You should be able to have it configured for one of the smaller sized pools with plenty of land area. I wouldn't do more than a trio in the Aqua though. I'm probably doing 4-6 in the Grand depending on how I end up arranging everything. Want a good enough chance for a pair but I do want it a bit understocked since these are my first darts.


----------



## macuser (Oct 8, 2015)

i got the grand with the plant package, waterfall, and feeder and i put down a deposit for 5 understory vanzolinis. i told them i'd be ready for my frogs in march but incase i dont get my grand in time, i can push back the delivery date to june.


----------



## Rushthezeppelin (Oct 6, 2015)

Ya I certainly hope I get mine at least a month or two before it gets hot here in TX otherwise I'll have to push frogs off to next fall or drive down to Houston to Genesis Exotics. I really want to do a one to two month growout/cycling period, partly to just make sure the enviro controls work well.


----------



## macuser (Oct 8, 2015)

i'm not too concerned with the weather. i'm sure understory has shipping all figured out. i plan to take the day off and pick my frogs up at whatever shipping facility they arrive at. i'll probably get there before the place opens to make sure my frogs dont spend any more time in the box then they have to.


----------



## C los7 (Sep 24, 2015)

I guess being here in Toronto Canada I'm lucky that I can get frogs from UE directly at reptile expos.


----------



## Rushthezeppelin (Oct 6, 2015)

Ohhh ya I keep forgetting about expos....haven't been to one yet.
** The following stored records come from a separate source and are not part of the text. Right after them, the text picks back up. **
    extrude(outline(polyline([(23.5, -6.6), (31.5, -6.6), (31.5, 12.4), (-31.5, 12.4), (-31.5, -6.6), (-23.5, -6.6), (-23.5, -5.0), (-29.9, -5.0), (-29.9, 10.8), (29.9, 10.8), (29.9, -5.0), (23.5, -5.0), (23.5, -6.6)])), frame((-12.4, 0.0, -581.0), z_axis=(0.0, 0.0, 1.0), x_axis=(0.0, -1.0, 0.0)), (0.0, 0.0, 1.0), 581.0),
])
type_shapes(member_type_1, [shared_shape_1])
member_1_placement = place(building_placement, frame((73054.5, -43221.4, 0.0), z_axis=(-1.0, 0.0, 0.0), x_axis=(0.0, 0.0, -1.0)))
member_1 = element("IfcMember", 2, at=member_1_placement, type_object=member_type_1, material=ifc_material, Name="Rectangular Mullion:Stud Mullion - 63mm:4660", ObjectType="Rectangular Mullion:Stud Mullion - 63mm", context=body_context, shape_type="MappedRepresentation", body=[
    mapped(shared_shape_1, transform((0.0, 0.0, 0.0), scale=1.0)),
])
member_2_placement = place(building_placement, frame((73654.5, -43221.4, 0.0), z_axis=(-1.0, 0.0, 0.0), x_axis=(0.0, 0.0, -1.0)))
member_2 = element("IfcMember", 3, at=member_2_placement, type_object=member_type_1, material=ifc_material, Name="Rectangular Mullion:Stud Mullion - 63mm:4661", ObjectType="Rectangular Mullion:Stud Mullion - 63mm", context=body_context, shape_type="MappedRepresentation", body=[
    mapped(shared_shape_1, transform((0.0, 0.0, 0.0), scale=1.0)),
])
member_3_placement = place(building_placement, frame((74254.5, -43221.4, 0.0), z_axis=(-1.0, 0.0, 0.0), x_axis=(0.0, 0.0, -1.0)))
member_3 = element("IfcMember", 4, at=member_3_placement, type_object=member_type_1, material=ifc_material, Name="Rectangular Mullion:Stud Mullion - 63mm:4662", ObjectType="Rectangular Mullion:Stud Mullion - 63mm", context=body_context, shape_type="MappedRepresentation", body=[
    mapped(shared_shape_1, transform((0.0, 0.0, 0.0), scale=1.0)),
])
I think Genesis occasionally comes up to Austin expos too so that might work out. That would be great too as I was thinking about trying to split my leucs from two separate documented lines so hopefully I'll get unrelated pairs.


----------



## macuser (Oct 8, 2015)

C los7 said:


> I guess being here in Toronto Canada I'm lucky that I can get frogs from UE directly at reptile expos.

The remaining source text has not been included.